Il est tout aussi important que le marché du livre marocain reste connecté au monde du livre à l’étranger. Il y a le sujet des prix internationaux et de la présence des éditeurs marocains, comme par exemple les éditions Le Fennec qui ont récemment obtenu le prix Orange du livre du prix en Afrique, pour le roman de Youssouf Amine Elalamy, C’est beau la guerre. Durant les échanges à la master class de Marrakech, Ange Mbelle, distributrice camerounaise de livres à travers l’Afrique de l’Ouest, le Maghreb et l’Afrique centrale, semble avoir eu une connexion avec les éditeurs, comme si les uns et les autres n’attendaient que ça, que la connexion se fasse. Il s’agit d’un possible tremplin, d’une ouverture.

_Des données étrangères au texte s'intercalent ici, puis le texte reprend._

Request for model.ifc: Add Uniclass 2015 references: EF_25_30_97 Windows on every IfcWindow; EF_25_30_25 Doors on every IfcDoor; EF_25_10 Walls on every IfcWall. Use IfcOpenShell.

First a look at what the model holds.

```python
import ifcopenshell

model = ifcopenshell.open("model.ifc")
print(model.schema)
print("classifications:", [c.Name for c in model.by_type("IfcClassification")])
for ifc_class in ("IfcDoor", "IfcRoof", "IfcStair", "IfcWall", "IfcWindow"):
    print(ifc_class, len(model.by_type(ifc_class)))
```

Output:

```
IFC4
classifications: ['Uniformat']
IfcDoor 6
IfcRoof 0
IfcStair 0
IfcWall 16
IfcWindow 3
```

```python
import ifcopenshell
import ifcopenshell.api.classification

model = ifcopenshell.open("model.ifc")

system = ifcopenshell.api.classification.add_classification(model, classification="Uniclass 2015")

codes = {
    "IfcWindow": ("EF_25_30_97", "Windows"),
    "IfcDoor": ("EF_25_30_25", "Doors"),
    "IfcWall": ("EF_25_10", "Walls"),
}
for ifc_class, (code, name) in codes.items():
    products = model.by_type(ifc_class)
    ifcopenshell.api.classification.add_reference(
        model, products=products, classification=system, identification=code, name=name
    )
    print(code, len(products))

model.write("model_edited.ifc")
```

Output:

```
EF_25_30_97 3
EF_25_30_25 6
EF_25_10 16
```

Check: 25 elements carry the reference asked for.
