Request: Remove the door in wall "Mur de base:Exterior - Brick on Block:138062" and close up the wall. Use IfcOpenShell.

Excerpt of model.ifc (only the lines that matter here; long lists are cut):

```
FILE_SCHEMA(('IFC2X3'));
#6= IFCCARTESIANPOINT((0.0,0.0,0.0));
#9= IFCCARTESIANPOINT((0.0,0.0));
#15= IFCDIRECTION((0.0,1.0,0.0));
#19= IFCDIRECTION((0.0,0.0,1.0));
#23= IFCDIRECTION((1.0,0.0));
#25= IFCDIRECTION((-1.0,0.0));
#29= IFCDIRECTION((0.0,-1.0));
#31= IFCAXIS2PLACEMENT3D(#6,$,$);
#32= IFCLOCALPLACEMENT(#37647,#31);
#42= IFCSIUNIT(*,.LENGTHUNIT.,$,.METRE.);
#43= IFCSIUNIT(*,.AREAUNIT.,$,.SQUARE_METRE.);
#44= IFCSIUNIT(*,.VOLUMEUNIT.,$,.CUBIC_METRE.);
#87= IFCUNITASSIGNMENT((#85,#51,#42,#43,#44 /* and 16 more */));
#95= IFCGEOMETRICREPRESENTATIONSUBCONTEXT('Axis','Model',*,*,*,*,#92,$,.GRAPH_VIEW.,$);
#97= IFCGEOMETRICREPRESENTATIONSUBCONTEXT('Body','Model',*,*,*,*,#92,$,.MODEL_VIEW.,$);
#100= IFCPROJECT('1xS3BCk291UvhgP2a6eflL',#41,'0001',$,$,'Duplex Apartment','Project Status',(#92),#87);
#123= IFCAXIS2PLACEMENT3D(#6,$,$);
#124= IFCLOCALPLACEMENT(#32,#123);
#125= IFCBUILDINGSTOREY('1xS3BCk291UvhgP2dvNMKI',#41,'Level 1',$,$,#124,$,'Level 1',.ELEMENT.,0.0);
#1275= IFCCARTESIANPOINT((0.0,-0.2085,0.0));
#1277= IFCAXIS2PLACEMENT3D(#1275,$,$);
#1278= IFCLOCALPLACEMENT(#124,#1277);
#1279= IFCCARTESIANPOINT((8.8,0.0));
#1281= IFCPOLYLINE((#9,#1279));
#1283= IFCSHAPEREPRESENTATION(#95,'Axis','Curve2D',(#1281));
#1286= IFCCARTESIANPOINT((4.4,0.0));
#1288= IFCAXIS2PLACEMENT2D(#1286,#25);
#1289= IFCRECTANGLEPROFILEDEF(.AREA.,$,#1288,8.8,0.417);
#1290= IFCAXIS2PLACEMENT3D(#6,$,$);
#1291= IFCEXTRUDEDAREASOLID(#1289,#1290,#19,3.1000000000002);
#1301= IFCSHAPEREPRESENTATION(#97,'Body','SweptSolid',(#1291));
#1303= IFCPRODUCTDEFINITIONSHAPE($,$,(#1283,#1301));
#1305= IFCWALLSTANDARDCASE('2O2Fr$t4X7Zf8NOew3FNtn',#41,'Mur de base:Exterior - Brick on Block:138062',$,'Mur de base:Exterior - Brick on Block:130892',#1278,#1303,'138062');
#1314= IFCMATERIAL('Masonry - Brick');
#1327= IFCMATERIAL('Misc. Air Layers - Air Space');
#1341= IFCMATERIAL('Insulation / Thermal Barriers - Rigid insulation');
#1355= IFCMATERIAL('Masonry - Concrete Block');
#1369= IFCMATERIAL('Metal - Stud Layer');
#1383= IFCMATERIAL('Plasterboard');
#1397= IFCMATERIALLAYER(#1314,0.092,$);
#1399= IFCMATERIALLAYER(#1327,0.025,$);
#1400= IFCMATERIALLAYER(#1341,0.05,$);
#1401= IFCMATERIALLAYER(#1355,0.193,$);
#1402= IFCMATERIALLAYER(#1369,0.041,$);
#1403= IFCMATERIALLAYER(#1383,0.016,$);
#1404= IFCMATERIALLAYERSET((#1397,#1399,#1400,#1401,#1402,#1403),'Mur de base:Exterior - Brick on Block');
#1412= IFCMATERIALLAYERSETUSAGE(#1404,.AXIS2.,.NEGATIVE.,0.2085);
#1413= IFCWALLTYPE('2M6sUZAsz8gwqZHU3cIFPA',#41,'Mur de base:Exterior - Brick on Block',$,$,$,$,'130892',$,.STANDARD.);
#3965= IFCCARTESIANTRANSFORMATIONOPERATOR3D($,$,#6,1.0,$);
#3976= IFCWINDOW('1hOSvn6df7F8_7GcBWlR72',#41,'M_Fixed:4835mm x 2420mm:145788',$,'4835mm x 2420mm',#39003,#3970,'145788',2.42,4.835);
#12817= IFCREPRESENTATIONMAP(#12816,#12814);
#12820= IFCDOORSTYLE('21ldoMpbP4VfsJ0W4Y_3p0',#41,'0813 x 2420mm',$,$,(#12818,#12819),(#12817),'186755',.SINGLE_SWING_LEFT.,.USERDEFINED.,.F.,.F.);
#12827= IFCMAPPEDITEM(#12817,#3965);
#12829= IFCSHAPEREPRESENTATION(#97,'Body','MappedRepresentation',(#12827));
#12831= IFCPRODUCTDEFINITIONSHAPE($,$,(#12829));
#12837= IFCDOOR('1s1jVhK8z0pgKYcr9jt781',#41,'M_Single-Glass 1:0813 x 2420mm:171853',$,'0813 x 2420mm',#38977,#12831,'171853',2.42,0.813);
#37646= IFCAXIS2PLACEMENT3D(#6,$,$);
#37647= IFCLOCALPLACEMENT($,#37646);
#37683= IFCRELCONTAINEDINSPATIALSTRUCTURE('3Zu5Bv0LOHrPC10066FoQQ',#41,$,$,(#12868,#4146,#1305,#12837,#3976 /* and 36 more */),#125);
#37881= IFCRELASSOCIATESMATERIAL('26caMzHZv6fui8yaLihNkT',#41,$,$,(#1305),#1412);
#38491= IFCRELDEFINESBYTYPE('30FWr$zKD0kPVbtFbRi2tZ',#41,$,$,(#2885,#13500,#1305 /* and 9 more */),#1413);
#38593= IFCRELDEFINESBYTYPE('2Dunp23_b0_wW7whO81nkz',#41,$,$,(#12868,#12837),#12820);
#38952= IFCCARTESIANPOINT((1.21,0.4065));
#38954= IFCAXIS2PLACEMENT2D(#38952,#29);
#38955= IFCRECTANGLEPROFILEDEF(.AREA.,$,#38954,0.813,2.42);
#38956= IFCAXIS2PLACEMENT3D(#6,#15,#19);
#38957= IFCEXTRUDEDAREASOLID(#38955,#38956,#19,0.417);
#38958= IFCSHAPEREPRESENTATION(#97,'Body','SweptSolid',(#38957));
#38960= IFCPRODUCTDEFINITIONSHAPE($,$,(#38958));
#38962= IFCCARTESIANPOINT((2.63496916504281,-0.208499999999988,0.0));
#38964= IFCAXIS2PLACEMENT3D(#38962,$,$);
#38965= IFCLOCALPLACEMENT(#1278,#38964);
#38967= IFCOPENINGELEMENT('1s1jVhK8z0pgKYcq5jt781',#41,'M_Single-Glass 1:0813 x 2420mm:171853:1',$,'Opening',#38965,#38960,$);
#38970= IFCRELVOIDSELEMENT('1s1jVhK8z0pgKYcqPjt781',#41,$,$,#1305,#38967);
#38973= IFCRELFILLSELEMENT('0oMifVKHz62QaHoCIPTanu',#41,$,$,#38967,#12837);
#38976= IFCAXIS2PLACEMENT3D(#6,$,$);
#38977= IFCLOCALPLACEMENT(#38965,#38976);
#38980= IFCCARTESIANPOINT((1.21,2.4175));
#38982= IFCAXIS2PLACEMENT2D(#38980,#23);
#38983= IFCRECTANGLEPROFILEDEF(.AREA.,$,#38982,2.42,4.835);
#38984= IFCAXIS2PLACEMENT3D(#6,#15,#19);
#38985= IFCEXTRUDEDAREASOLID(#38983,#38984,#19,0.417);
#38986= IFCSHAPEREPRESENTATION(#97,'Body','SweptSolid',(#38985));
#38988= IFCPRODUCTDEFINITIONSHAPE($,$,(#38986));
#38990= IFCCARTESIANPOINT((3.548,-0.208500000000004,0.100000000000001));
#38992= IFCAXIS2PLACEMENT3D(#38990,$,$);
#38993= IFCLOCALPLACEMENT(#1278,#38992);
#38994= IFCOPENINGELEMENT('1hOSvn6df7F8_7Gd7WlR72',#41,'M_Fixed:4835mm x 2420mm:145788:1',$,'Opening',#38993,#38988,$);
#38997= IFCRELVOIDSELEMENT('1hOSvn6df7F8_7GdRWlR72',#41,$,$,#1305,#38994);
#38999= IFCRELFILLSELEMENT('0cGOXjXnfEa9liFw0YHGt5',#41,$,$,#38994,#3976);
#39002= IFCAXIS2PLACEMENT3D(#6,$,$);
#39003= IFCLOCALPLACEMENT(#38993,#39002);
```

```python
import ifcopenshell
import ifcopenshell.api.feature
import ifcopenshell.api.root
import ifcopenshell.geom
import ifcopenshell.util.shape

model = ifcopenshell.open("model.ifc")
settings = ifcopenshell.geom.settings()


def volume(element):
    """Net volume in cubic metres, openings subtracted."""
    shape = ifcopenshell.geom.create_shape(settings, element)
    return ifcopenshell.util.shape.get_volume(shape.geometry)


door = model.by_guid("1s1jVhK8z0pgKYcr9jt781")
opening = door.FillsVoids[0].RelatingOpeningElement
wall = opening.VoidsElements[0].RelatingBuildingElement
before = volume(wall)

ifcopenshell.api.root.remove_product(model, product=door)
ifcopenshell.api.feature.remove_feature(model, feature=opening)

after = volume(wall)

print(f"wall volume {before:.3f} -> {after:.3f} m3")

model.write("model_rev.ifc")
```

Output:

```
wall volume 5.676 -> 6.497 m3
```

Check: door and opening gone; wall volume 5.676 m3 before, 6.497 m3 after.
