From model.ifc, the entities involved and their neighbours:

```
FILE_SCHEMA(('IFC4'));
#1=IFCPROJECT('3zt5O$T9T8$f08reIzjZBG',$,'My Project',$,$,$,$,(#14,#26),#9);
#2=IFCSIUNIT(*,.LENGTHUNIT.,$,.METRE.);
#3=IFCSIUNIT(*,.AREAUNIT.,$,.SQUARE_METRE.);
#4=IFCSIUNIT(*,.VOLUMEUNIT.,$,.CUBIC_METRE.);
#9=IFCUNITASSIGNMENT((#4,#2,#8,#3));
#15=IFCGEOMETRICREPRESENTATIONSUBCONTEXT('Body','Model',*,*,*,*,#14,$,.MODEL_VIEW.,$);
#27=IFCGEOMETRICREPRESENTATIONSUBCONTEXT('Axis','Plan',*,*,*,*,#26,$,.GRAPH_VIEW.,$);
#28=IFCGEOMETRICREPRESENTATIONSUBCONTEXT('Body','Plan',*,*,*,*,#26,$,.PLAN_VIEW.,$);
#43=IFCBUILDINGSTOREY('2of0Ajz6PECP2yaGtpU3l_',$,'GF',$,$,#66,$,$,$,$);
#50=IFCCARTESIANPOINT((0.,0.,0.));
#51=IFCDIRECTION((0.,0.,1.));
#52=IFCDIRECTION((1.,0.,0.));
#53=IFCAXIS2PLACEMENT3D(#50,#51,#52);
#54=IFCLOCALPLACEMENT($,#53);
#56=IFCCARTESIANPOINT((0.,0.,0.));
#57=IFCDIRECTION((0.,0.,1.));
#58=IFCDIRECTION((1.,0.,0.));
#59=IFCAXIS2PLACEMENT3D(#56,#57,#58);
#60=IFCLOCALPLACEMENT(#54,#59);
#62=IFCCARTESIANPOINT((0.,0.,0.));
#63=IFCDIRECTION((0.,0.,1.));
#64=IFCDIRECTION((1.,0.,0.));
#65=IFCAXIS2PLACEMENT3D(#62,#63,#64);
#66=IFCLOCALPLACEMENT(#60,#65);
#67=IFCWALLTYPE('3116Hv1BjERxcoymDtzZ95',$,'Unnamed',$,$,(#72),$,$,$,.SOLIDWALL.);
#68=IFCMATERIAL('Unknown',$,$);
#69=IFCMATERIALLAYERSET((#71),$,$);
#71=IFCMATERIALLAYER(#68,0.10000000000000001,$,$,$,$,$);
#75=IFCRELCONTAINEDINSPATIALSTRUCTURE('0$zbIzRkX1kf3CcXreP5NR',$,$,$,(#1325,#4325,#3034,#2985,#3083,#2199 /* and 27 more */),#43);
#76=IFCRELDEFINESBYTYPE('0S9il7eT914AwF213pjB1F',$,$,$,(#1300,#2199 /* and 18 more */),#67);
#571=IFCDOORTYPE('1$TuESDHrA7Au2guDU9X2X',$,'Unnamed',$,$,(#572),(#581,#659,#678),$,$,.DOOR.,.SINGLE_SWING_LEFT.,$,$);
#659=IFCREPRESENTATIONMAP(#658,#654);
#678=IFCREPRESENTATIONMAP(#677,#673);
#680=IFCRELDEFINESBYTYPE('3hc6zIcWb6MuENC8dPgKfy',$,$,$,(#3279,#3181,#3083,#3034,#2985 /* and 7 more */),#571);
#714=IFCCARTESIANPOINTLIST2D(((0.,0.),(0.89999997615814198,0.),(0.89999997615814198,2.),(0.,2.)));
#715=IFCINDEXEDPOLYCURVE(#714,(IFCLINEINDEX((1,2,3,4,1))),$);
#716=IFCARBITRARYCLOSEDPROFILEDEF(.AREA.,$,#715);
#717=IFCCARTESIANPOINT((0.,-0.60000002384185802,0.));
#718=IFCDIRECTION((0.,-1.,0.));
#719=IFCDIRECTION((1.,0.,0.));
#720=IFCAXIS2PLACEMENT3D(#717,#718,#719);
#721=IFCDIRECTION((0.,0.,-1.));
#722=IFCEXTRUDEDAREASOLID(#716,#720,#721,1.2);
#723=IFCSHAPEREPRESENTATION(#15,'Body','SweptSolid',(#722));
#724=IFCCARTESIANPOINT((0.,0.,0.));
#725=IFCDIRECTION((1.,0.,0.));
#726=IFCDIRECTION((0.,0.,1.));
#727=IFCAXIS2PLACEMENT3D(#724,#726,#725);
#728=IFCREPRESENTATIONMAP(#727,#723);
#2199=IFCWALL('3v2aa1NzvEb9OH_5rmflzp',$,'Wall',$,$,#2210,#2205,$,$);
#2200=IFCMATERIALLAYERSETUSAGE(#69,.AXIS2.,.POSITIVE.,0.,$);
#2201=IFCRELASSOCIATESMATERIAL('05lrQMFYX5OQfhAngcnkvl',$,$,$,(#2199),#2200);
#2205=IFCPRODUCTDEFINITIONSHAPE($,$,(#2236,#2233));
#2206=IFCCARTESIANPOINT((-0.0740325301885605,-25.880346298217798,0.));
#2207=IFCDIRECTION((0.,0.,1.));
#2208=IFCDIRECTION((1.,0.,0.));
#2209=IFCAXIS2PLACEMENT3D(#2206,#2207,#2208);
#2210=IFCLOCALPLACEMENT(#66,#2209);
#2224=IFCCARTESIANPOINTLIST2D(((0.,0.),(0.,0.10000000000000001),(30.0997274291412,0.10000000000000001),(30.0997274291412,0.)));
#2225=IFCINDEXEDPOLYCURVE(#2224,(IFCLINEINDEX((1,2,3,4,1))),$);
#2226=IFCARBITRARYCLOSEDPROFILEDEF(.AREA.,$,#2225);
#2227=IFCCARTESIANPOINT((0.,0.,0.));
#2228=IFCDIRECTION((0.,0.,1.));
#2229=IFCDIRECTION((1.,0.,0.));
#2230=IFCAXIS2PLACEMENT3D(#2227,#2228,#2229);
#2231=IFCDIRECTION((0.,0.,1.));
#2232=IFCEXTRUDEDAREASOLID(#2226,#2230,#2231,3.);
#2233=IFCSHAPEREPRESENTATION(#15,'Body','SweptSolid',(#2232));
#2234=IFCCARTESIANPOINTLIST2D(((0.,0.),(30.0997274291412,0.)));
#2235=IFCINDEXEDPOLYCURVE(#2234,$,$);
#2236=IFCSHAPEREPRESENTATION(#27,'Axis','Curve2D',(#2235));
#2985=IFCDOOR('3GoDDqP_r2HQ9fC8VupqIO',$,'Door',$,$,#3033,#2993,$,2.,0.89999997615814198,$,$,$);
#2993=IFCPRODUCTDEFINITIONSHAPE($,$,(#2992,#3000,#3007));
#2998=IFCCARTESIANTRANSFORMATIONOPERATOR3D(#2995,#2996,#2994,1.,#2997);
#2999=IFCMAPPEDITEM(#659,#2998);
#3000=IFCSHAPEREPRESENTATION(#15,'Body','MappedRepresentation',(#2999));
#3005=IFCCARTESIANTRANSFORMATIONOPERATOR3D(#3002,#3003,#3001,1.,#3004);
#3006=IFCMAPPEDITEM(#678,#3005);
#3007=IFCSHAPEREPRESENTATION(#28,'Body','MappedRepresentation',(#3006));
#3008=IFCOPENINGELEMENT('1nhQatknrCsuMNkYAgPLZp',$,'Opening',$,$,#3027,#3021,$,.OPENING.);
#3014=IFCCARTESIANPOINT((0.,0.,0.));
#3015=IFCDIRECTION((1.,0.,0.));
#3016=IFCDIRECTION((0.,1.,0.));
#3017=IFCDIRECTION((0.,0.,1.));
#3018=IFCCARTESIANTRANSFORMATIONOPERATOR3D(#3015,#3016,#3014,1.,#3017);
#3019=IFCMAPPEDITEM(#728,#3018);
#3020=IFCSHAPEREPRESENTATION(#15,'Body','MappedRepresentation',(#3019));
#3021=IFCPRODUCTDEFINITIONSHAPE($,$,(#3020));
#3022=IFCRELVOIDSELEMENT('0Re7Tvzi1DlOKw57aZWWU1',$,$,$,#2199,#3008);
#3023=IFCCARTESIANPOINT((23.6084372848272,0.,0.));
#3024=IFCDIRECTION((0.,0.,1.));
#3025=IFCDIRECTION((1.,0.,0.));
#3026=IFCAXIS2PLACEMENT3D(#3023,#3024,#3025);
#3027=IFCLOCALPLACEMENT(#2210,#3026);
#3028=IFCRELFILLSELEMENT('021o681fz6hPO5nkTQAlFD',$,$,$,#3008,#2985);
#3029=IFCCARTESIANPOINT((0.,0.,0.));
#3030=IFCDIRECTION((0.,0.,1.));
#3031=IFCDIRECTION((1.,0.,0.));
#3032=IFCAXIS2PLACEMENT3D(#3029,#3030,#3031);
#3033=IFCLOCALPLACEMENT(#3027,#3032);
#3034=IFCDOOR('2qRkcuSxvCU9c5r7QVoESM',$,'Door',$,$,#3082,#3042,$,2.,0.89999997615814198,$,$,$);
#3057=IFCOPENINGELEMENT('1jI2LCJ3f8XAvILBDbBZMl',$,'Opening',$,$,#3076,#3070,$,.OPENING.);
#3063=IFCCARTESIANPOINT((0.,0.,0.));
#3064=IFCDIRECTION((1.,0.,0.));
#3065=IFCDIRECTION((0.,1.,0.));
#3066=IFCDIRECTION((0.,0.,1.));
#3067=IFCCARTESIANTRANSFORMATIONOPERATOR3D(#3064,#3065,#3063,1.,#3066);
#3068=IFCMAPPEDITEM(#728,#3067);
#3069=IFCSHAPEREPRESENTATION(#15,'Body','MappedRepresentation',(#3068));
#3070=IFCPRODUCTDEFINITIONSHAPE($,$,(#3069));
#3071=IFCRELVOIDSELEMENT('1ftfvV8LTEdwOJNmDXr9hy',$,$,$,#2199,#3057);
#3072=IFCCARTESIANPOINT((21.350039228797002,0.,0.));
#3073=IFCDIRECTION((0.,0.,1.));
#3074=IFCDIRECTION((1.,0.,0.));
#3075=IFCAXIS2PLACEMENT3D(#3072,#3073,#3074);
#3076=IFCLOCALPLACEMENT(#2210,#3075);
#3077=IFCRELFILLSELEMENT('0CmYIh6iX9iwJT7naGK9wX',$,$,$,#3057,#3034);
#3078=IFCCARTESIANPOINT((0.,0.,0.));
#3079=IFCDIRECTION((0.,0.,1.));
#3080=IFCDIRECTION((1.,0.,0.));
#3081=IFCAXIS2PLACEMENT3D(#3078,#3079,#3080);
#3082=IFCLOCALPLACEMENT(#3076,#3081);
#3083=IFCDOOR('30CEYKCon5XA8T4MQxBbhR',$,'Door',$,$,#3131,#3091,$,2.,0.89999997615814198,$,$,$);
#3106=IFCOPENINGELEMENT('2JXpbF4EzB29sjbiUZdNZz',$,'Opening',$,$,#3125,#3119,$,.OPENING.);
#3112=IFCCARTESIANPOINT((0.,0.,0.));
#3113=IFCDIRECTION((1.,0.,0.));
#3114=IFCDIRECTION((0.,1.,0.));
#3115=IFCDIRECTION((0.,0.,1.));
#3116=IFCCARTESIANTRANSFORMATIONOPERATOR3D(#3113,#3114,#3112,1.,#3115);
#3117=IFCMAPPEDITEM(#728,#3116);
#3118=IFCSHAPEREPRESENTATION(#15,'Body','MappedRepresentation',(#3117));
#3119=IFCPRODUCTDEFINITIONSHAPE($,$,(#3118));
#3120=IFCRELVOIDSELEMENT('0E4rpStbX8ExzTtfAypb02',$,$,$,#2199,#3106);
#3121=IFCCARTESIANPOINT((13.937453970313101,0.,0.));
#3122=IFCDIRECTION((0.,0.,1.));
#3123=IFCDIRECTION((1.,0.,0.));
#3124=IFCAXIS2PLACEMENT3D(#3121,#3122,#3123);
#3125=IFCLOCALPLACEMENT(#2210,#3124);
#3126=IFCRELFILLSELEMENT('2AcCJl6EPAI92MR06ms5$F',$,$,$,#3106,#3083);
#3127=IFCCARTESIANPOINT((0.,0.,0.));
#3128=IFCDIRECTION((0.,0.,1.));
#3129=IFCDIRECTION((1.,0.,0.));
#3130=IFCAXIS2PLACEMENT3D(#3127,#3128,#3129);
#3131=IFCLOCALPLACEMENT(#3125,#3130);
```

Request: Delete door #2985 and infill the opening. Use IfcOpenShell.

```python
import ifcopenshell
import ifcopenshell.api.feature
import ifcopenshell.api.root
import ifcopenshell.geom
import ifcopenshell.util.shape

model = ifcopenshell.open("model.ifc")
settings = ifcopenshell.geom.settings()


def volume(element):
    """Net volume in cubic metres, openings subtracted."""
    shape = ifcopenshell.geom.create_shape(settings, element)
    return ifcopenshell.util.shape.get_volume(shape.geometry)


door = model.by_guid("3GoDDqP_r2HQ9fC8VupqIO")
opening = door.FillsVoids[0].RelatingOpeningElement
wall = opening.VoidsElements[0].RelatingBuildingElement
before = volume(wall)

ifcopenshell.api.root.remove_product(model, product=door)
ifcopenshell.api.feature.remove_feature(model, feature=opening)

after = volume(wall)

print(f"wall volume {before:.3f} -> {after:.3f} m3")

model.write("model_rev.ifc")
```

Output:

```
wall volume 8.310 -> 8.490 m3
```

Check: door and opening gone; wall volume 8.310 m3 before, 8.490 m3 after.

Au Maroc les professionnels ne se sentent pas limités dans les possibilités. Même s’il y a de réelles limites économiques, ils construisent des choses. Des catalogues complètement nouveaux apparaissent. Les lectorats sont toujours un enjeu dans la mobilisation. Il faut y croire ! J’ai été très heureux de retrouver les éditions Sarrazine & Co ou les éditions Les Colonnes, qui ont toutes deux une librairie. Elles font un travail de sensibilisation permanente auprès de leurs lecteurs. Ce sont des patrimoines et des passerelles. L’enjeu c’est de se dire : la richesse est là, les lectorats sont toujours à cultiver, et l’engagement des professionnels est indiscutable. On voit que les choses progressent même si les difficultés sont omniprésentes. Ces professionnels n’attendent personne pour avancer et cela se sent.
Vous arrive-t-il d’avoir un coup de cœur pour une œuvre et un auteur, et de réaliser qu’il est en inadéquation avec le marché?
Raphaël Thierry : Presque tout le temps. À chaque fois j’imagine que les choses vont démarrer très vite, et puis finalement cela prend beaucoup plus de temps. Parfois il y a une ouverture et c’est à nous d’être assez sensible à ce moment-là pour rebondir et alerter un éditeur. Plus on parle avec les professionnels qui connaissent le mieux leur marché, plus notre sensibilité peut être affutée pour amener les bons livres au bon moment aux bonnes personnes.
Est-ce qu’un agent littéraire cultive la nostalgie de ne pas être un auteur?
Raphaël Thierry : J’ai eu une vie d’auteur universitaire qui parlait déjà des livres écrits par d’autres, donc je n’ai jamais eu ce complexe de l’écrivain. J’aime beaucoup l’idée de l’agent-médiateur qui fait l’intermédiaire, qui participe à créer des liens et des passerelles. Je suis heureux de me dire que la question des droits du livre et des droits d’auteurs est cruciale dans l’existence des œuvres et doit passer par un contrat. Plus il y aura de clarté, et de respect des contrats, mieux le livre sera traité. Mieux les éditeurs, les auteurs et plus globalement le marché du livre se porteront bien.